Leonard comes over to where I’m sitting. He has to sort of scootch/crawl because the walls of my castle aren’t very high and he doesn’t want to be seen.

“I couldn’t sleep,” he says.

“Why not?” I ask.

“I was thinking about you.”

“Thinking what?” I ask, although I think I know.

“I want to know all your secrets,” Leonard says.

“I don’t have any,” I say. “I am secretless.”

Leonard smiles, as if I am a naughty child caught in an obvious lie. “You remind me of something,” he says. He puts his hand on my breast.

“Something like what?” I whisper. He kneads my breast thoughtfully. It’s the left one, the smaller one. I wish he had chosen the right. My nipple stands up inside my nightgown.

He is quiet for a long time, kneading. I have to work hard to keep from breaking the silence.

At last, he says: “Home.”

I sit back a little bit. Then I reach down, pull off my underwear, and spread my legs wide.
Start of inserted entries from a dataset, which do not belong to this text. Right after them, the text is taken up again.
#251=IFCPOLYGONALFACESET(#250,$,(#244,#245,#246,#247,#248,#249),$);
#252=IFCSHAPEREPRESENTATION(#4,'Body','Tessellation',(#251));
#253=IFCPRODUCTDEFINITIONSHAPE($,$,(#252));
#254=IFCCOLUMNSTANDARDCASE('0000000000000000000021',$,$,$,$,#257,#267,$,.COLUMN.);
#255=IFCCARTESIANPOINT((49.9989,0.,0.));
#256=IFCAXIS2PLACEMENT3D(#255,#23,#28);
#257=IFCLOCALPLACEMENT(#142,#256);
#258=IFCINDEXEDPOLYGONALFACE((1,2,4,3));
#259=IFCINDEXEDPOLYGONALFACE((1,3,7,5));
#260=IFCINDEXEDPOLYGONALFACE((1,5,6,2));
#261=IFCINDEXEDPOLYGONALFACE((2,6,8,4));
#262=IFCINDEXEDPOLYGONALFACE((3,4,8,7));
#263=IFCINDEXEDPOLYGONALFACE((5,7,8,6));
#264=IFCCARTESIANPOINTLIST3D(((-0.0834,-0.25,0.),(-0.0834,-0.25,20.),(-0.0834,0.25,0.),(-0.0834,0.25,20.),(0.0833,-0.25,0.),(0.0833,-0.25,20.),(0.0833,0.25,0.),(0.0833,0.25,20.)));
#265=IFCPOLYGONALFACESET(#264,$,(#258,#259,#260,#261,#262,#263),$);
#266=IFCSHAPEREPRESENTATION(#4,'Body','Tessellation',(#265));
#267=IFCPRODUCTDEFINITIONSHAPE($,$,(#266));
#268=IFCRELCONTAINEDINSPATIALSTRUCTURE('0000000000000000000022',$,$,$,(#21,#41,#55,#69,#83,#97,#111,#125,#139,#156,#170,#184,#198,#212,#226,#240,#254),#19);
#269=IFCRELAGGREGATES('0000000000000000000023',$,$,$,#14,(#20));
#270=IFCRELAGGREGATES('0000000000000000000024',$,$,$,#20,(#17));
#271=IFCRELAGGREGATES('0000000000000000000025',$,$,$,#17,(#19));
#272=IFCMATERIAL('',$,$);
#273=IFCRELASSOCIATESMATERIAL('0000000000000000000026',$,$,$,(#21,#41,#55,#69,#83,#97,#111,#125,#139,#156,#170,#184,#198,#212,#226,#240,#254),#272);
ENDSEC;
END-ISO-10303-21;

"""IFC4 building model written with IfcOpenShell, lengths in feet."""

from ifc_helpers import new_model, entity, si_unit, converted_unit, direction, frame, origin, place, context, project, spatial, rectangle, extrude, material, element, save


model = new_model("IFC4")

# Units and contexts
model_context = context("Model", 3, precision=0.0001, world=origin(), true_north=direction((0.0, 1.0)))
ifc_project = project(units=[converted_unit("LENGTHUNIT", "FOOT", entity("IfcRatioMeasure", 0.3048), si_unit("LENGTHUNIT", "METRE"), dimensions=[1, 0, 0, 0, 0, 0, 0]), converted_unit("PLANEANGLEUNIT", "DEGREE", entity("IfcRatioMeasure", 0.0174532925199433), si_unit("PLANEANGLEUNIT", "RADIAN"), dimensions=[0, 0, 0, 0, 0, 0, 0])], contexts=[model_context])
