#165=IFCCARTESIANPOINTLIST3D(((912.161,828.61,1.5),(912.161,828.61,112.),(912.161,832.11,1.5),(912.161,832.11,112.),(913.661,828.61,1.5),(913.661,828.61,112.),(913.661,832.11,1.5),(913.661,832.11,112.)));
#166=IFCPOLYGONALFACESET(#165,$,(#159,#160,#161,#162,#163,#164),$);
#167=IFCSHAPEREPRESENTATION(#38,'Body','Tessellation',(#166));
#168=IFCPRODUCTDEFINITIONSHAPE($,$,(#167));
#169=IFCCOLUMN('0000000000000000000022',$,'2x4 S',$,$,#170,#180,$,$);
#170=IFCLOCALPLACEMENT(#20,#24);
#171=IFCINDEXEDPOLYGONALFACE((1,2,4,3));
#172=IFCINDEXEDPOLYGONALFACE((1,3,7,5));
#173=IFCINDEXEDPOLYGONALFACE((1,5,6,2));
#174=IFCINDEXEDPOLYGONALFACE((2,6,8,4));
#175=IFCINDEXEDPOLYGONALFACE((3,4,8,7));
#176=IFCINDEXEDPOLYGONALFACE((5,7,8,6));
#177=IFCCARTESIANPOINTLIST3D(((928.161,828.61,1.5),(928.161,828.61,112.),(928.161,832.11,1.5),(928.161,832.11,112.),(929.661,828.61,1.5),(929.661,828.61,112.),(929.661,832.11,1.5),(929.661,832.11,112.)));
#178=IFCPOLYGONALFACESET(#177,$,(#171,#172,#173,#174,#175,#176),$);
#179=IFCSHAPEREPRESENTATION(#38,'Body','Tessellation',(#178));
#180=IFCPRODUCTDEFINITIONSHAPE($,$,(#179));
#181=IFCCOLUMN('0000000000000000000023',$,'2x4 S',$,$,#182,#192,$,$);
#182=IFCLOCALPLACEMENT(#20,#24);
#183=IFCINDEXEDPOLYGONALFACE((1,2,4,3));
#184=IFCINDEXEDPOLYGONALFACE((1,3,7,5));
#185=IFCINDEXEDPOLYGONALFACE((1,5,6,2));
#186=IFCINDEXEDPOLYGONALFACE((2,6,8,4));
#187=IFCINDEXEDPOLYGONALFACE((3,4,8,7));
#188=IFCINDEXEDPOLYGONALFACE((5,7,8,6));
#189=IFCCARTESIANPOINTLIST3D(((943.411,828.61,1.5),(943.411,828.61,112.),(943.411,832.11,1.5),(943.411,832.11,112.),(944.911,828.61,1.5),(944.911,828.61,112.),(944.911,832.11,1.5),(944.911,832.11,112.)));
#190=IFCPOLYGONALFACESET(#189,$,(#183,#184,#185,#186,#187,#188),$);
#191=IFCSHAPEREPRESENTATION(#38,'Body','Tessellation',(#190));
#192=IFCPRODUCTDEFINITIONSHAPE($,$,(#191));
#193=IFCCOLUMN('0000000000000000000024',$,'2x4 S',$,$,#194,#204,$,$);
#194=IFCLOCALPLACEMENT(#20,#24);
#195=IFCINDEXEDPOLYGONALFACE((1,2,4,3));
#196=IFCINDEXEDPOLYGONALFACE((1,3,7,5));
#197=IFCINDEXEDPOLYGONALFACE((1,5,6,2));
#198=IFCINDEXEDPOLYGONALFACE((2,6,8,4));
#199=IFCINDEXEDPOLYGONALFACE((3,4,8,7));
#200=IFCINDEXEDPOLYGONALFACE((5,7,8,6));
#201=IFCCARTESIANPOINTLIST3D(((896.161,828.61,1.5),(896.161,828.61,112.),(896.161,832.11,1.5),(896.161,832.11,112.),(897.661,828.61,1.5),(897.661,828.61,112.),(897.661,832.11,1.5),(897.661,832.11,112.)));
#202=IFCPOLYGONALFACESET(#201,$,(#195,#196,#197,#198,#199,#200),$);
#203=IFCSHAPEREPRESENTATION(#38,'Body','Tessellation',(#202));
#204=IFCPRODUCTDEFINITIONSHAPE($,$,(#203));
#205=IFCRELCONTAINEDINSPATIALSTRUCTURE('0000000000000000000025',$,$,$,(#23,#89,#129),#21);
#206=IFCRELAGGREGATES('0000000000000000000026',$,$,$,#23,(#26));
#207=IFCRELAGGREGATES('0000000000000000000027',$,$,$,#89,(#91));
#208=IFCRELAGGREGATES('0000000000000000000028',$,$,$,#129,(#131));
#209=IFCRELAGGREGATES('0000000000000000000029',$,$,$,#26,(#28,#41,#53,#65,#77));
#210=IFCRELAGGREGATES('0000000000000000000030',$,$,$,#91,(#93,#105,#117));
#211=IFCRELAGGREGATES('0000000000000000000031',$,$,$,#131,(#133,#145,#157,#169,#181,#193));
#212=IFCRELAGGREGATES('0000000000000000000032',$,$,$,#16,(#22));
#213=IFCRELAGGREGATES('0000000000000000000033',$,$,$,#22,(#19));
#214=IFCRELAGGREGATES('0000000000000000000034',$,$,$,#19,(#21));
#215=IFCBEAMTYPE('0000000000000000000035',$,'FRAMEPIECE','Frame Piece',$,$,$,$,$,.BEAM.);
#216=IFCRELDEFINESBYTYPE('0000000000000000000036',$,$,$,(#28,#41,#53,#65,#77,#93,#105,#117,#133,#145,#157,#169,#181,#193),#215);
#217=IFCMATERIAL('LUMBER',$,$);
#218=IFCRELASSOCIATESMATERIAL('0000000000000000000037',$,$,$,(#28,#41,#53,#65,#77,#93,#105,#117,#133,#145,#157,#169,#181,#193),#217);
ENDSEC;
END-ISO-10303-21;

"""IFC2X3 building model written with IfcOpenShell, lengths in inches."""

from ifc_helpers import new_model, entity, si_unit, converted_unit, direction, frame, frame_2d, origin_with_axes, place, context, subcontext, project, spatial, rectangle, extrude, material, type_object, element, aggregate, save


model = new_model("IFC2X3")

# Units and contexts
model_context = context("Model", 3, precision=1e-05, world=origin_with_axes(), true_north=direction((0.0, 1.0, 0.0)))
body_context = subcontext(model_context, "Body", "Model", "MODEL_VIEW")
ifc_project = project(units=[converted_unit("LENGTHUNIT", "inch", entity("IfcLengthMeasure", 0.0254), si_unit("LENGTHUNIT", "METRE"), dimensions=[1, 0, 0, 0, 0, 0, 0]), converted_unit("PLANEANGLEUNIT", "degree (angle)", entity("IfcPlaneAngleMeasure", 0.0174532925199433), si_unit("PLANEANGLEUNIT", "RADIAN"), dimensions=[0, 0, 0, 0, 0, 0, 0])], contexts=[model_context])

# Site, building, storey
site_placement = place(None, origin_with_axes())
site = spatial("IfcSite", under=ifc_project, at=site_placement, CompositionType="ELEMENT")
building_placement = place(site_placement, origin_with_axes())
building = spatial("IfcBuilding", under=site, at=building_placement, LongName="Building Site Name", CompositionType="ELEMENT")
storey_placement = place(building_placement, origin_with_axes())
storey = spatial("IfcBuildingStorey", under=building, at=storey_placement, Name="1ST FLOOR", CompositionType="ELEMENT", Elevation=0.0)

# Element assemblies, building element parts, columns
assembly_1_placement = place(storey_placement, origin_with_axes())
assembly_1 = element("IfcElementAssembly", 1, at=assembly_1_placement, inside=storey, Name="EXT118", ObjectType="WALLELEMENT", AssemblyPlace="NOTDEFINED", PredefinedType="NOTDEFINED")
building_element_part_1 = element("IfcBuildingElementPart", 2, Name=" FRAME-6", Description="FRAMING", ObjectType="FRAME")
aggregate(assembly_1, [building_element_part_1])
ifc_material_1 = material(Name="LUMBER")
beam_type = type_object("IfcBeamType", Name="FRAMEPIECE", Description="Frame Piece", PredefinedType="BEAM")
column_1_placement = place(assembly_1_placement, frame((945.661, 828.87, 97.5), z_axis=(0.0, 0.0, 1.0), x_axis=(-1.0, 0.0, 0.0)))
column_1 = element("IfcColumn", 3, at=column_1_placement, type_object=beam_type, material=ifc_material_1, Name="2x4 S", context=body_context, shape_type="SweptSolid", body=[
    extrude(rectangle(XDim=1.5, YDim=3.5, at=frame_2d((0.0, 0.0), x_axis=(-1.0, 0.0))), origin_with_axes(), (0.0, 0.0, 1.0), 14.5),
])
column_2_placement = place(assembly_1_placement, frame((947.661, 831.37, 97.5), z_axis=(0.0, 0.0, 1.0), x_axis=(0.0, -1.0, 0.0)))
I wake in the morning to the sound of Leonard’s screaming. I’m curled up, the way I always used to sleep with my husband, only of course my husband is not there and I’m covered in sand. Leonard stamps a foot and more of it flies into my face.

“You bitch,” he says. “You stupid whore.”

I sit up. “What?” I’m hurt, and a little sore from the sex, and I’m starting to think there’s some sand up inside me, and now there’s sand in my eye.

Leonard kicks more sand at me, then leaps away. I look around and see, through my battlements, that his beautiful egg is nowhere to be seen.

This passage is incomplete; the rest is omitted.